Sovereign bonds – See government bonds.
Stock – See Shares
Stock market – Where shares in companies are bought and sold. This is largely just done electronically now. The days of Dan Ackroyd and Eddie Murphy in a trading pit partaking in open outcry trading are now few and far between. This form of verbal abuse and aggression has transferred to slow-moving traffic on urban roads, especially during rush hour.
Stock picking – The art and science of selecting individual company shares to invest in rather than buying funds that are themselves invested in lots of different company shares. Successful stock-picking is difficult but not impossible. Read Robbie Burns’ The Naked Trader if you think it’s for you.
Store of value – Something that holds its value even as inflation or other factors change. For example, gold has traditionally been a store of value as it had risen in value as inflation rose.

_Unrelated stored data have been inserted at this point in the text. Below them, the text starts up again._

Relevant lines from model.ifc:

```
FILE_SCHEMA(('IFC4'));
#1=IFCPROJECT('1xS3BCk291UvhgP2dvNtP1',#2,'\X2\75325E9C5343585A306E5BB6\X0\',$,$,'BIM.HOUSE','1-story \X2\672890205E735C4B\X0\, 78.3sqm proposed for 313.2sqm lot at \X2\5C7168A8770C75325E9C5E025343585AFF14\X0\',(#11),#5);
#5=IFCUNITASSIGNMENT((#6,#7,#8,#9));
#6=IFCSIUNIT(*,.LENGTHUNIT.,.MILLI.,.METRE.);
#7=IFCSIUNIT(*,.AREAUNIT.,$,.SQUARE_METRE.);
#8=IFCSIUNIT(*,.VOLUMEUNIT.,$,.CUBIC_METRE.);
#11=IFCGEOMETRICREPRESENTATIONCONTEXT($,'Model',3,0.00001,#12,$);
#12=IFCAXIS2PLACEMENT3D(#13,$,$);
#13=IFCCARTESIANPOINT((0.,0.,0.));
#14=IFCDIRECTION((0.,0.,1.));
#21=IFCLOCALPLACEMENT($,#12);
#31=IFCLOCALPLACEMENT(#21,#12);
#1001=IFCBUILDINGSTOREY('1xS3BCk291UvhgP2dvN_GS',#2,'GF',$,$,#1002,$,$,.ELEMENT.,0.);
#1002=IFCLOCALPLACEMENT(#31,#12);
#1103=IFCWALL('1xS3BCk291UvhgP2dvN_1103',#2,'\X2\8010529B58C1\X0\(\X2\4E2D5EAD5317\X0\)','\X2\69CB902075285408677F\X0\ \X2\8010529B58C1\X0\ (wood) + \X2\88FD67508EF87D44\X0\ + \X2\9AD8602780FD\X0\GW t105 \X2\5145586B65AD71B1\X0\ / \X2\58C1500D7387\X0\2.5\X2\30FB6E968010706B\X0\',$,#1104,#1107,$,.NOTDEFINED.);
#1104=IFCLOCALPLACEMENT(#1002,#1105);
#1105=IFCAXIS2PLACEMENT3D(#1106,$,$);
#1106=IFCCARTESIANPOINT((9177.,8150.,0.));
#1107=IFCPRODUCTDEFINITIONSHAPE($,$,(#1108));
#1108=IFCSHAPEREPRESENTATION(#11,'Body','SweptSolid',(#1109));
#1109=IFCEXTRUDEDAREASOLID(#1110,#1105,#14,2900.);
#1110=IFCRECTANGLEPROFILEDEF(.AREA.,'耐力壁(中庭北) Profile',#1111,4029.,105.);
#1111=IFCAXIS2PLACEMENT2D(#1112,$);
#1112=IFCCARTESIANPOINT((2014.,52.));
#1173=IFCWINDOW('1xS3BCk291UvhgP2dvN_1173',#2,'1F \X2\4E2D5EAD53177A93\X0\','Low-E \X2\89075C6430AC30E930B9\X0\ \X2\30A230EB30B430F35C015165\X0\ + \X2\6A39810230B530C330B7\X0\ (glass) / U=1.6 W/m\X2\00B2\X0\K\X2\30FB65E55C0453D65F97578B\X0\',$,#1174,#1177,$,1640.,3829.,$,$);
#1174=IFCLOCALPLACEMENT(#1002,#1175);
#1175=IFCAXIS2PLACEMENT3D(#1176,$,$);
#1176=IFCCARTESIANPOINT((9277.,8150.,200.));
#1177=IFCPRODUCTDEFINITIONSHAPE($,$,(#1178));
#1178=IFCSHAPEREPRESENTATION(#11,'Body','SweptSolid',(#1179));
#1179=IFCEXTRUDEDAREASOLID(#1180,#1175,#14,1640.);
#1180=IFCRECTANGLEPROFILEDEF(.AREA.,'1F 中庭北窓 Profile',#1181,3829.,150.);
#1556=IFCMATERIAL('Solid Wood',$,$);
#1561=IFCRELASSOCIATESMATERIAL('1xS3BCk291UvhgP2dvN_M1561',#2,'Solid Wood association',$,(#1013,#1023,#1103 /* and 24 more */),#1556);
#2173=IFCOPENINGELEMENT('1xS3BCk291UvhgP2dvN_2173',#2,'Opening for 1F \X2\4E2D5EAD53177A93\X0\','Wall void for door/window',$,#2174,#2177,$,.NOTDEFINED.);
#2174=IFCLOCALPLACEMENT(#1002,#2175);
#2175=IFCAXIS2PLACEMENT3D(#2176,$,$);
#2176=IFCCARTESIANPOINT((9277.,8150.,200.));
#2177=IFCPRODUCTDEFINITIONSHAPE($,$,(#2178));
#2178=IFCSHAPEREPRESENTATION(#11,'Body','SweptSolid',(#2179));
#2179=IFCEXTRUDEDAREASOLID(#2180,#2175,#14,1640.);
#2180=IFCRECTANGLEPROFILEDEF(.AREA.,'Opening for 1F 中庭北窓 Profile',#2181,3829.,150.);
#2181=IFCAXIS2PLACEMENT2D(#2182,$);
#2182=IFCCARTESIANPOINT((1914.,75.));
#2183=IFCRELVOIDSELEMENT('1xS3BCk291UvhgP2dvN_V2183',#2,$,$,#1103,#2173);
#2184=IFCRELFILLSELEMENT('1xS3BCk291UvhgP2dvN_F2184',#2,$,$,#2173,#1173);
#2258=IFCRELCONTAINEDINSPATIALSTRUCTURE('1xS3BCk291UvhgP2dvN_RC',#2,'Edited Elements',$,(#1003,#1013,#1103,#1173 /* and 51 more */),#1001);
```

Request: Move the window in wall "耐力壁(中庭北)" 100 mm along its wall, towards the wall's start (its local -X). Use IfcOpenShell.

```python
import ifcopenshell
import ifcopenshell.api.geometry
import ifcopenshell.util.placement

model = ifcopenshell.open("model.ifc")

window = model.by_id(1173)
opening = window.FillsVoids[0].RelatingOpeningElement
wall = opening.VoidsElements[0].RelatingBuildingElement

wall_matrix = ifcopenshell.util.placement.get_local_placement(wall.ObjectPlacement)
shift = wall_matrix[:3, 0] * -100.0
before = ifcopenshell.util.placement.get_local_placement(window.ObjectPlacement)[:3, 3].copy()

# The window is not placed relative to its opening, so move both.
for product in (opening, window):
    matrix = ifcopenshell.util.placement.get_local_placement(product.ObjectPlacement)
    matrix[:3, 3] += shift
    ifcopenshell.api.geometry.edit_object_placement(model, product=product, matrix=matrix, is_si=False)

after = ifcopenshell.util.placement.get_local_placement(window.ObjectPlacement)[:3, 3]
print("window moved by", (after - before).round(3) + 0.0)

model.write("model_edited.ifc")
```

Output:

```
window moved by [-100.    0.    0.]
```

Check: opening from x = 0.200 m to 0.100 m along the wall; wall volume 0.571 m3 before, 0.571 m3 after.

This is less evident these days.
T
Tax – Like death but sooner.
Tax wrapper – A way of keeping or investing money that is tax-efficient and restricts what access, if any, the taxman can have.

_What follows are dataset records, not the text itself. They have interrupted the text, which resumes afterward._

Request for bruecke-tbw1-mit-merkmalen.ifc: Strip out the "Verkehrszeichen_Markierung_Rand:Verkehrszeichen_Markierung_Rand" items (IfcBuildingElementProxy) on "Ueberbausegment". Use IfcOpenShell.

First a look at what the model holds.

```python
import ifcopenshell
import ifcopenshell.util.element

model = ifcopenshell.open("bruecke-tbw1-mit-merkmalen.ifc")
print(model.schema)
storey = next(s for s in model.by_type("IfcBuildingStorey") if s.Name == "Ueberbausegment")
proxies = [e for e in ifcopenshell.util.element.get_decomposition(storey) if e.is_a("IfcBuildingElementProxy")]
seen = {}
for e in proxies:
    element_type = ifcopenshell.util.element.get_type(e)
    name = element_type.Name if element_type not in (None, e) else None
    seen[name] = seen.get(name, 0) + 1
for name, count in sorted(seen.items(), key=str):
    print(count, "x", name)
```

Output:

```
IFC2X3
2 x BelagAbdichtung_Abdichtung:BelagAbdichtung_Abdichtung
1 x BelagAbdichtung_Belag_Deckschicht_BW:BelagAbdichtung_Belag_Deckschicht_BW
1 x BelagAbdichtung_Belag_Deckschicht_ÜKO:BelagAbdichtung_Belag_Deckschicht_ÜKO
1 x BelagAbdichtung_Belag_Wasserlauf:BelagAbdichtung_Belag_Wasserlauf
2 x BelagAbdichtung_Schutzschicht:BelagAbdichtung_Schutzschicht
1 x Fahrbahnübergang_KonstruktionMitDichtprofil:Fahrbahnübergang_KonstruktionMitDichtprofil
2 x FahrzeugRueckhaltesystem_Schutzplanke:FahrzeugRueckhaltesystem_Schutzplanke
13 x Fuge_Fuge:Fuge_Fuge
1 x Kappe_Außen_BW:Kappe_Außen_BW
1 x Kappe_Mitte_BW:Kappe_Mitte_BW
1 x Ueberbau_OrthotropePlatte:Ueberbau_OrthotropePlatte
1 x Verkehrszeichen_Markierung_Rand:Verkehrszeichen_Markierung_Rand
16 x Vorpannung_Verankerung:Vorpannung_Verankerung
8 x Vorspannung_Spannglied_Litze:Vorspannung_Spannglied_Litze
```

```python
import ifcopenshell
import ifcopenshell.api.root
import ifcopenshell.util.element

model = ifcopenshell.open("bruecke-tbw1-mit-merkmalen.ifc")

storey = next(s for s in model.by_type("IfcBuildingStorey") if s.Name == "Ueberbausegment")
proxies = [e for e in ifcopenshell.util.element.get_decomposition(storey) if e.is_a("IfcBuildingElementProxy")]
targets = [e for e in proxies if (t := ifcopenshell.util.element.get_type(e)) not in (None, e) and t.Name == "Verkehrszeichen_Markierung_Rand:Verkehrszeichen_Markierung_Rand"]

for e in targets:
    ifcopenshell.api.root.remove_product(model, product=e)
print(len(targets), "removed")

model.write("bruecke-tbw1-mit-merkmalen-out.ifc")
```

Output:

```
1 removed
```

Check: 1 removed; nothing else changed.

TER – See Total Expense Ratio
Tied advisor – See Restricted Advisor
Tiers – Layers. I’ve arranged my portfolios in layers, “tiers”, according to how much money I might have to invest.
Total Expense Ratio (TER) – This is a calculation of how much it’s likely to cost the investor to own a share in a fund. For example, if you invest £10,000 and the TER is 1%, you can expect to pay £100 a year.

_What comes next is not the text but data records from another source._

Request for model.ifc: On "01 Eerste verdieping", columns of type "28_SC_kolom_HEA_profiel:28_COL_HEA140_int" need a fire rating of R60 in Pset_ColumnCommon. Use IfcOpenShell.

First a look at what the model holds.

```python
import ifcopenshell
import ifcopenshell.util.element

model = ifcopenshell.open("model.ifc")
print(model.schema)
storey = next(s for s in model.by_type("IfcBuildingStorey") if s.Name == "01 Eerste verdieping")
columns = [e for e in ifcopenshell.util.element.get_decomposition(storey) if e.is_a("IfcColumn")]
seen = {}
for e in columns:
    element_type = ifcopenshell.util.element.get_type(e)
    key = (element_type.Name if element_type != e and element_type else None, ifcopenshell.util.element.get_pset(e, "Pset_ColumnCommon", "FireRating"))
    seen[key] = seen.get(key, 0) + 1
for (name, value), count in sorted(seen.items(), key=str):
    print(count, "x", name, "|", value)
```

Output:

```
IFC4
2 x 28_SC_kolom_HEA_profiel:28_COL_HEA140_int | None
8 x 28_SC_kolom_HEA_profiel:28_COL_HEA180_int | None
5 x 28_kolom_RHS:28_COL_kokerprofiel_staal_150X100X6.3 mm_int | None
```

```python
import ifcopenshell
import ifcopenshell.api.pset
import ifcopenshell.util.element

model = ifcopenshell.open("model.ifc")

storey = next(s for s in model.by_type("IfcBuildingStorey") if s.Name == "01 Eerste verdieping")
columns = [e for e in ifcopenshell.util.element.get_decomposition(storey) if e.is_a("IfcColumn")]

count = 0
for e in columns:
    element_type = ifcopenshell.util.element.get_type(e)
    if element_type in (None, e) or element_type.Name != "28_SC_kolom_HEA_profiel:28_COL_HEA140_int":
        continue
    # add_pset returns the element's existing set when there is one.
    pset = ifcopenshell.api.pset.add_pset(model, product=e, name="Pset_ColumnCommon")
    ifcopenshell.api.pset.edit_pset(model, pset=pset, properties={"FireRating": "R60"})
    count += 1

print(count, "columns updated")

model.write("model_updated.ifc")
```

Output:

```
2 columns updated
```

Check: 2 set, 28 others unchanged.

Tracking – Following. A tracking fund or tracker might track the FTSE 100. It would be designed to go up 1% when the FTSE 100 goes up 1% and go down 1% when the FTSE 100 goes down 1%.
Tracking error – This measures how closely a tracker follows its target. A tracking error of 0 means that the tracker fund has exactly matched the performance of what it’s tracking. For example, if a FTSE 100 Tracker fund exactly matches the rises and falls in the FTSE 100 then that tracker fund has a tracking error of zero. No tracking fund has such an accurate tracking error. The vast majority of passive funds tracked their targets to with 0.75% in the financial year-ending April 2021 according to the FCA.
Treasuries – See government bonds
U
Underlying funds – The funds contained within a portfolio.
Underperformance – What you pay for with most active funds.
Units – A piece of, or a share in, a fund. If the overall value of a fund is £100 and it has 100 units available to buy, you can reckon on paying about £1 for one unit in that fund.
V
Volatility – What happens to a fund manager’s face when you ask why they charge such high fees for such crappy performance. It’s also another way of saying the speed with which prices move up and down. Highly volatile means large and swift upward and downward swings in price.
W
Watchdog – I have two dogs. One’s called Timex, the other’s called Rolex. They’re watchdogs. The FCA is the UK’s investment watchdog.
Weighted – The proportion of something is the weighting. For example, if I have a portfolio worth £100 with a 10% weighting to bonds and a 90% weighting to shares then I have £10 in bonds and £90 in shares.
Whole-of-market – All the funds in which retail investors can buy units.
Wrapper – Not a tiresome male who can’t play instruments, write music or sing, and who feels disenfranchised by society—hence his need to shoot other men and molest women—that’s clearly a different spelling. No, for the purposes of this book, a wrapper is a barrier to the taxman. ISAs and SIPPs are tax-wrapped investments.
X
X-rated – The language I would use to describe some of the people who’ll take your money.
Y
Yet-to-see-value-for-money – The phrase that, according to the Financial Conduct Authority, applies to far too many banks and investment firms.
Z
Zzzzz – The sound you should be making while your investments work for you.